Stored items
------------------------------------------------------------

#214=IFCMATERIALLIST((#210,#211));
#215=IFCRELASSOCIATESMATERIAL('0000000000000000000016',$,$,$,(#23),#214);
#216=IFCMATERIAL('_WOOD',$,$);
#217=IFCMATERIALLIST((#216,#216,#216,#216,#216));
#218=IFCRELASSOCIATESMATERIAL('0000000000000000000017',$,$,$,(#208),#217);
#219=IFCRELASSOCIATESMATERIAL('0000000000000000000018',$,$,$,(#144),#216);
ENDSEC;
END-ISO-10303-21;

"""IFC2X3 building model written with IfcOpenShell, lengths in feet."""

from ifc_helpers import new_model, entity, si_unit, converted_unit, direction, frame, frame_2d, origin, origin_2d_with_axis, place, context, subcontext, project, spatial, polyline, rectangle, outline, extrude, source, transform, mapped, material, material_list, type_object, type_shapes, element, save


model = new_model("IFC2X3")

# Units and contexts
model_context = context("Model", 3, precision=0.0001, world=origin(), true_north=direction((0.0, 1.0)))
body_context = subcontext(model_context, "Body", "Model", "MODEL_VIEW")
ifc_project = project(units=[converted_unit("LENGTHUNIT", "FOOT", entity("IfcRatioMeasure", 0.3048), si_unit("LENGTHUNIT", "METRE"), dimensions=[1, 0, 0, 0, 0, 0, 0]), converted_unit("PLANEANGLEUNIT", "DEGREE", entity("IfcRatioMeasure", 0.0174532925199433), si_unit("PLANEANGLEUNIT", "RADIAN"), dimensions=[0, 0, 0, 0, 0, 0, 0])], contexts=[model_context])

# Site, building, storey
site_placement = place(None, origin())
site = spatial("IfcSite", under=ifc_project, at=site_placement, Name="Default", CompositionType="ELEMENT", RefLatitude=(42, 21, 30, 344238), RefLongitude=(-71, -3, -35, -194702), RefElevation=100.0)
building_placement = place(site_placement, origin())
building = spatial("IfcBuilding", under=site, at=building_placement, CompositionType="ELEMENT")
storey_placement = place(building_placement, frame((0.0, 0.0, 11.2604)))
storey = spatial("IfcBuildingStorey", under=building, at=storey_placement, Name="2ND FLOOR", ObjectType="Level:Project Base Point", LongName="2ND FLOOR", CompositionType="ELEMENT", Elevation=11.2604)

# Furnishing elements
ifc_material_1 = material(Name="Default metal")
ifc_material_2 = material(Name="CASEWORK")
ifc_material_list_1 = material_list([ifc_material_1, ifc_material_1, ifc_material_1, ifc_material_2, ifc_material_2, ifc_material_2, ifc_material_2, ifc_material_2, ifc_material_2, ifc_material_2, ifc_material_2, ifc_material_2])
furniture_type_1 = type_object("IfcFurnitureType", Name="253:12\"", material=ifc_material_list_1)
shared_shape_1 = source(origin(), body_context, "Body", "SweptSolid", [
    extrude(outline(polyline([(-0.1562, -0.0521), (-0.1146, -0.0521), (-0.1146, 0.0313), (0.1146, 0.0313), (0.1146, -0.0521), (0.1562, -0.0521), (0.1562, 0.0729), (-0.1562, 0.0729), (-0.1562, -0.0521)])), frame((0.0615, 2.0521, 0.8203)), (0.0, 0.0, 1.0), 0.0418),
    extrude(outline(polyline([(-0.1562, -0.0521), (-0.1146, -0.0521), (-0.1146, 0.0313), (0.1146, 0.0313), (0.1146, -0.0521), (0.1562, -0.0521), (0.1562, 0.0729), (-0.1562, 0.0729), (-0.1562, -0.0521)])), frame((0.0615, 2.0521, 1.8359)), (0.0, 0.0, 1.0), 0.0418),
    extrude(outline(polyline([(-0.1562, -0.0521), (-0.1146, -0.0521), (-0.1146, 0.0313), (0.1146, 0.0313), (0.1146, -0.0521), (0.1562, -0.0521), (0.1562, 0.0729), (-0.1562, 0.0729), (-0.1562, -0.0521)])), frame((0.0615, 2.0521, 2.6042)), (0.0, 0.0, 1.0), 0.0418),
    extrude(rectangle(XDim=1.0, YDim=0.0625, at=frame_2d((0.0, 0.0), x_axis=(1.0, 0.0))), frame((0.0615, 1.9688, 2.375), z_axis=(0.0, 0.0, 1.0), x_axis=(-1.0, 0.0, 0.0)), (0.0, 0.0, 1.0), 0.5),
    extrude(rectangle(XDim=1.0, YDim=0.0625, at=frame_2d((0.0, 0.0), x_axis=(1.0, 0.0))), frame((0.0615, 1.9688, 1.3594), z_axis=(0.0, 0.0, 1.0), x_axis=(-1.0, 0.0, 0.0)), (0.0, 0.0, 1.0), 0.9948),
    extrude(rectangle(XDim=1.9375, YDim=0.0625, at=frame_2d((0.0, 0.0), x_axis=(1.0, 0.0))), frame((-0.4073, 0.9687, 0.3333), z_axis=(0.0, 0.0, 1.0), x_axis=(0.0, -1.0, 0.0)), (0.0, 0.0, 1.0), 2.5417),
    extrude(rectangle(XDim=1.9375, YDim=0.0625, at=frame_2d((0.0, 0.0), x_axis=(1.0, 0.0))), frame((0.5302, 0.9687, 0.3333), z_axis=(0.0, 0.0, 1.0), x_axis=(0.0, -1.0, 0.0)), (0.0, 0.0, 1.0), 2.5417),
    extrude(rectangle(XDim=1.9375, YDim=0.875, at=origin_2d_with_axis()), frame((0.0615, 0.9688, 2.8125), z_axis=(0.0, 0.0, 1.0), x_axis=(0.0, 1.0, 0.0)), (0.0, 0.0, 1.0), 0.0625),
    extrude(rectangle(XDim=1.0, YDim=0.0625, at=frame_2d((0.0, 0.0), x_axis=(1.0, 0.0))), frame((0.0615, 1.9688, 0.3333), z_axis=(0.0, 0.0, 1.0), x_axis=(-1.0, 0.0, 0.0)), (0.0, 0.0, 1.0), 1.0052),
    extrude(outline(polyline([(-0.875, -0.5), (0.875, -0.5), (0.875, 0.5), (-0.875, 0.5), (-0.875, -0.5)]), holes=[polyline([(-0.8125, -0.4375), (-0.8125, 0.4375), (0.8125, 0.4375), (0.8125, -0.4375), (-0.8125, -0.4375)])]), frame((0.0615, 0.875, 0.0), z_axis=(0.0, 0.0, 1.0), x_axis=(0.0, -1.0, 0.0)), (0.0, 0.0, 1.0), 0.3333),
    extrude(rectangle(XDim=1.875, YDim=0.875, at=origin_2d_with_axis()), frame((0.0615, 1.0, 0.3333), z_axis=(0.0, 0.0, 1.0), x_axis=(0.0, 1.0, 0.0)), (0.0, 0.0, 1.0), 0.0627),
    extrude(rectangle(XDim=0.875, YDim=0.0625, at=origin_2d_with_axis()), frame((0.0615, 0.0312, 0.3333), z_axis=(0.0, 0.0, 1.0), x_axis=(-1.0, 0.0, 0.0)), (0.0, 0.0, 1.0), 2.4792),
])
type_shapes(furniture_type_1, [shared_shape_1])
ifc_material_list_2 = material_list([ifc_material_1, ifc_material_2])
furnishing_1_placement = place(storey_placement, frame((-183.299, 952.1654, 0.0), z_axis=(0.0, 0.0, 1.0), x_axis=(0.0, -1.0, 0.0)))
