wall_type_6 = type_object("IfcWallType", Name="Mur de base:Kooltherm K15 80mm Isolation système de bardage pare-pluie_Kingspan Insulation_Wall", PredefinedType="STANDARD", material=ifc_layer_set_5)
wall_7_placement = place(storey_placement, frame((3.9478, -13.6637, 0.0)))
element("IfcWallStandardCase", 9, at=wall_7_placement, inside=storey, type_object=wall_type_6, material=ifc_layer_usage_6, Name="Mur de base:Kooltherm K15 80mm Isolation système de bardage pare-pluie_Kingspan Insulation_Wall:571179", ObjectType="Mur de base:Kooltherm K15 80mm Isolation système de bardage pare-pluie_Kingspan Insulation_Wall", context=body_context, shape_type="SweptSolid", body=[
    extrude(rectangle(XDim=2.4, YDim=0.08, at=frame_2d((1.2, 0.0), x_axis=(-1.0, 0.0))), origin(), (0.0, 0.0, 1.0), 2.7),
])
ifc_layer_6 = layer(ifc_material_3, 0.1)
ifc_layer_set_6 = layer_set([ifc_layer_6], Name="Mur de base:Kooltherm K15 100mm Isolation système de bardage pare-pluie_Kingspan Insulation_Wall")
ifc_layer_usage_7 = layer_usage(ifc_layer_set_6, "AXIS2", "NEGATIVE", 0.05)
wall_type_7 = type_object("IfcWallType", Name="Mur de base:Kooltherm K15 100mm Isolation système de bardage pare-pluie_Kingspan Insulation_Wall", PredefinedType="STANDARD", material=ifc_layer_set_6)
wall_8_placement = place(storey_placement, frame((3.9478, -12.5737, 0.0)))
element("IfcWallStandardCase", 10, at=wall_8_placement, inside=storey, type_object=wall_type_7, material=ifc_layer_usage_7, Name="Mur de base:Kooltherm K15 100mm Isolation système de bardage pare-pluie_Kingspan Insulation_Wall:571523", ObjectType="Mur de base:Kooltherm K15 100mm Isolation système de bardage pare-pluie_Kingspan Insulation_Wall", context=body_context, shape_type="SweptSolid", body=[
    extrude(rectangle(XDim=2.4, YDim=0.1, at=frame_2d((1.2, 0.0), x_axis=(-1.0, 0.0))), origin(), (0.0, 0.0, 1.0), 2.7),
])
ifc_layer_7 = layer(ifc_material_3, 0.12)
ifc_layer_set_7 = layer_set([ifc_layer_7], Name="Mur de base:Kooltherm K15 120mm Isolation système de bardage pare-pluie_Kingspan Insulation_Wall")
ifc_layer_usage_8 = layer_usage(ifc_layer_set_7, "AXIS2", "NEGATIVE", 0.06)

------------------------------------------------------------

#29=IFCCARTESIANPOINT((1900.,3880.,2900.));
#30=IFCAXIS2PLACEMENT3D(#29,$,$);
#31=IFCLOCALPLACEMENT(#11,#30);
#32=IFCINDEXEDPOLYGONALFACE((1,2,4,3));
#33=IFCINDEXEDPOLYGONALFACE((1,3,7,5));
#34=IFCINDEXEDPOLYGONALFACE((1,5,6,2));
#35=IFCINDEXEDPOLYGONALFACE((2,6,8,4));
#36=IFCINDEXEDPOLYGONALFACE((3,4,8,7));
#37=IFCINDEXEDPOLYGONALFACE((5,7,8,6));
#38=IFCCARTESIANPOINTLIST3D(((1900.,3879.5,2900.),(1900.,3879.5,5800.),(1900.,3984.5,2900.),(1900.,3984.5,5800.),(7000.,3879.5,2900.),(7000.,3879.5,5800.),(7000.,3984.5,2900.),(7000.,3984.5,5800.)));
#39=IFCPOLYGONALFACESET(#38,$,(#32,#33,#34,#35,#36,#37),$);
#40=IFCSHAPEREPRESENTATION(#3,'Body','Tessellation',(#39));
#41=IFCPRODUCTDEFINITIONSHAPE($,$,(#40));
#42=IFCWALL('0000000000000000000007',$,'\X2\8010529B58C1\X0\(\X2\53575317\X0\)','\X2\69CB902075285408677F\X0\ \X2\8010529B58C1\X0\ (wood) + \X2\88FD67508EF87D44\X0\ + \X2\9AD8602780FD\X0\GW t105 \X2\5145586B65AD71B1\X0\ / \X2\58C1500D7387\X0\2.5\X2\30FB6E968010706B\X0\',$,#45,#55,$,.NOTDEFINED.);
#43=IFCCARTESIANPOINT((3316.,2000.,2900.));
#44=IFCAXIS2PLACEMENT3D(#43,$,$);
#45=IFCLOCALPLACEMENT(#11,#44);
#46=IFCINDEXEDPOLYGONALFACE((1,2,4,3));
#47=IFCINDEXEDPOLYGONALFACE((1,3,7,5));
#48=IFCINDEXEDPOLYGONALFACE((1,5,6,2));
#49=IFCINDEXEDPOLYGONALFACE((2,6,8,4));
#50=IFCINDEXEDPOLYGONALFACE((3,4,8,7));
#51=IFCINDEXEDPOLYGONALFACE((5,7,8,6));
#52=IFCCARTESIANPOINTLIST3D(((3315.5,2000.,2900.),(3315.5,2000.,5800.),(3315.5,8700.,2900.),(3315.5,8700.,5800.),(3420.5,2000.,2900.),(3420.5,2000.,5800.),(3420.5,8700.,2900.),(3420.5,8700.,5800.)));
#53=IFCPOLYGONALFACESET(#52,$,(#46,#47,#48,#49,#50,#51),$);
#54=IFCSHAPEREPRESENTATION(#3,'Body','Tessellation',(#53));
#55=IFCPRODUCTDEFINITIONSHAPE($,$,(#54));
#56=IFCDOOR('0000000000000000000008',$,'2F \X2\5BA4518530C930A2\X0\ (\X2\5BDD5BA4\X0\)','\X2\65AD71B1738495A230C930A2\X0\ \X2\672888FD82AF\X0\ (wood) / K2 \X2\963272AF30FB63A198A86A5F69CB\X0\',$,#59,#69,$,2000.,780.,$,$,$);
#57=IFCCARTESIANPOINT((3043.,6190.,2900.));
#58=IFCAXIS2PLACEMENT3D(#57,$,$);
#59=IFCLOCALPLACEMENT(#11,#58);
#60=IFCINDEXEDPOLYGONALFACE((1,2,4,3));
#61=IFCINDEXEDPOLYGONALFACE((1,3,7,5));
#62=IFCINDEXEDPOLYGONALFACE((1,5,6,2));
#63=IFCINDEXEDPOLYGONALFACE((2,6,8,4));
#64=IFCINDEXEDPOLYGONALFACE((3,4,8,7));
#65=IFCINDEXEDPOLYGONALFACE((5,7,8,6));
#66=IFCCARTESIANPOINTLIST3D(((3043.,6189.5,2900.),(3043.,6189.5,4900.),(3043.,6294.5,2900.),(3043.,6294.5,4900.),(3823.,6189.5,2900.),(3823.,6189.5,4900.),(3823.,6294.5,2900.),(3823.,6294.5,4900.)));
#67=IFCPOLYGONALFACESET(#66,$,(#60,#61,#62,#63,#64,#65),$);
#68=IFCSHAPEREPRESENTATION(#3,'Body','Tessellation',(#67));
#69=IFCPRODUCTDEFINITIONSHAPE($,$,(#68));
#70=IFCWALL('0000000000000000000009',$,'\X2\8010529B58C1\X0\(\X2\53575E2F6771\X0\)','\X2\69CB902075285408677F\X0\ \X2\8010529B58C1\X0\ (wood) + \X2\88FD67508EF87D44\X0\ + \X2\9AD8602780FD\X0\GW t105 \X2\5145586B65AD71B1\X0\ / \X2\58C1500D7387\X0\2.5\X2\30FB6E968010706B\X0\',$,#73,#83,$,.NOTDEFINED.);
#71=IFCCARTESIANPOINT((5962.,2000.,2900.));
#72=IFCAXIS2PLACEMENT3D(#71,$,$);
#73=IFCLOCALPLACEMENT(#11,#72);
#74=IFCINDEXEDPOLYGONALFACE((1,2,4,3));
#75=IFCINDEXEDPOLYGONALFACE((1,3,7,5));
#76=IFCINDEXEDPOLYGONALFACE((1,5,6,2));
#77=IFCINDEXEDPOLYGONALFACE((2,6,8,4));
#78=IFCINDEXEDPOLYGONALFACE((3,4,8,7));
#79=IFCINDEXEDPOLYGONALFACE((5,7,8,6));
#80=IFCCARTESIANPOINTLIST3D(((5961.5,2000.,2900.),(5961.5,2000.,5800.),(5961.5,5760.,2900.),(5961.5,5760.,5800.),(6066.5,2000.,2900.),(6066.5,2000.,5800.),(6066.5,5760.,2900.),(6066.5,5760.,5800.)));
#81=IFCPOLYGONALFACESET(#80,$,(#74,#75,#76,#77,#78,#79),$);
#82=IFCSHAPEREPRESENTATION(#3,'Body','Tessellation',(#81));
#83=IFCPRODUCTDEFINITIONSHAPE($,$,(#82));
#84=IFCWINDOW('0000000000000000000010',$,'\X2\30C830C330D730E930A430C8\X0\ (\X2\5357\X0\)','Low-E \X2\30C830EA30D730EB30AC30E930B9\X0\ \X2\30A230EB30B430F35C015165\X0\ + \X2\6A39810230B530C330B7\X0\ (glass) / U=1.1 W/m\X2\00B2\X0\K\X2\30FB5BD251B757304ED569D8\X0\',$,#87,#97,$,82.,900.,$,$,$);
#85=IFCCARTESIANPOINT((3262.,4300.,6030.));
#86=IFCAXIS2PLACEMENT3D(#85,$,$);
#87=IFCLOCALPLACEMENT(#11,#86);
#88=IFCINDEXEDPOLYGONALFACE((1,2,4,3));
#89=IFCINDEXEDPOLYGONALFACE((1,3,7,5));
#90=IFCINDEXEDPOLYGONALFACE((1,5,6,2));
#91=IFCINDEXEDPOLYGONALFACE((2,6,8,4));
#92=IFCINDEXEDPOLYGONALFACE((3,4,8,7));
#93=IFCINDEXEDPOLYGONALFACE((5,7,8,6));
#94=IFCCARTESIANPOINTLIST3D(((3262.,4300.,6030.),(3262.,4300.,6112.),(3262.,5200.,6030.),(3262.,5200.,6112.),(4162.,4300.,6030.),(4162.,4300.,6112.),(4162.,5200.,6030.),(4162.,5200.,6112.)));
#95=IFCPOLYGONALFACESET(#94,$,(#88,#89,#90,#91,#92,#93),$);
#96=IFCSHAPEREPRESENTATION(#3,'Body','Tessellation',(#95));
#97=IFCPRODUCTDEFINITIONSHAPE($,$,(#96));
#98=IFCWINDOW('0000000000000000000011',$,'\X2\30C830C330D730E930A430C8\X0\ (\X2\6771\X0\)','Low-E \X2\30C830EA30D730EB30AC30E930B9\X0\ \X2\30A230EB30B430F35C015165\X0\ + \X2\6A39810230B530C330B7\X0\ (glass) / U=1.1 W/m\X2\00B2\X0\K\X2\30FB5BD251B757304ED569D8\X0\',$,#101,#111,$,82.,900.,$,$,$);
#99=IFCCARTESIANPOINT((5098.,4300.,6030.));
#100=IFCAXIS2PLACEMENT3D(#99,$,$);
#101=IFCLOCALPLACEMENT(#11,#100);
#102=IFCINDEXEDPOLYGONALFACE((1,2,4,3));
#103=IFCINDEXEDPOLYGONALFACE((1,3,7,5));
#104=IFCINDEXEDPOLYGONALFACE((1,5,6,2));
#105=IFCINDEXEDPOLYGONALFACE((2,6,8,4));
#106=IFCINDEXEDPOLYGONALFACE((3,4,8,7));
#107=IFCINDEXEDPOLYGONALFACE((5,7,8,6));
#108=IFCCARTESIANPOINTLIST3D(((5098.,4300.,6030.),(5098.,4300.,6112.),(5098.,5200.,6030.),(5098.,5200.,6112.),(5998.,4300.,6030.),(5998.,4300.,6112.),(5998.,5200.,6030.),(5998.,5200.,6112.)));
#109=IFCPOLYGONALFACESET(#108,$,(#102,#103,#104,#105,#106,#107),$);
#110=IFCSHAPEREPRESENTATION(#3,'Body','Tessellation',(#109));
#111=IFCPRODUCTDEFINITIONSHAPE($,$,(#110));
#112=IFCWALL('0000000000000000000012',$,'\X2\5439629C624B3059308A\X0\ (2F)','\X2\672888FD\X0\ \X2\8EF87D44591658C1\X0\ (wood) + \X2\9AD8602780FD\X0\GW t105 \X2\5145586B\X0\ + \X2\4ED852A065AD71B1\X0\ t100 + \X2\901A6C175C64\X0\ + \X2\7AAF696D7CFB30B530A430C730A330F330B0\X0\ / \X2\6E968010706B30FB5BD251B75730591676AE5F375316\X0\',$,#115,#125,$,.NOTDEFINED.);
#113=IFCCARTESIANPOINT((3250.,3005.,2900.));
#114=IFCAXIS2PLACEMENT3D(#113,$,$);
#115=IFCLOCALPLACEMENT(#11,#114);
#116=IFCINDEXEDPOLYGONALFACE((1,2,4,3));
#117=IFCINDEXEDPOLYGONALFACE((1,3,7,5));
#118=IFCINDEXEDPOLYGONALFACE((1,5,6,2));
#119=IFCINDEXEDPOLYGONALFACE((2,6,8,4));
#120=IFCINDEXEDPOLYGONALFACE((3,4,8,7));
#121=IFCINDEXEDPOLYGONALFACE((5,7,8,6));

------------------------------------------------------------

Goal of the exercise
From the records above, pull out each line that has "glass".

Output for this task
#84=IFCWINDOW('0000000000000000000010',$,'\X2\30C830C330D730E930A430C8\X0\ (\X2\5357\X0\)','Low-E \X2\30C830EA30D730EB30AC30E930B9\X0\ \X2\30A230EB30B430F35C015165\X0\ + \X2\6A39810230B530C330B7\X0\ (glass) / U=1.1 W/m\X2\00B2\X0\K\X2\30FB5BD251B757304ED569D8\X0\',$,#87,#97,$,82.,900.,$,$,$);
#98=IFCWINDOW('0000000000000000000011',$,'\X2\30C830C330D730E930A430C8\X0\ (\X2\6771\X0\)','Low-E \X2\30C830EA30D730EB30AC30E930B9\X0\ \X2\30A230EB30B430F35C015165\X0\ + \X2\6A39810230B530C330B7\X0\ (glass) / U=1.1 W/m\X2\00B2\X0\K\X2\30FB5BD251B757304ED569D8\X0\',$,#101,#111,$,82.,900.,$,$,$);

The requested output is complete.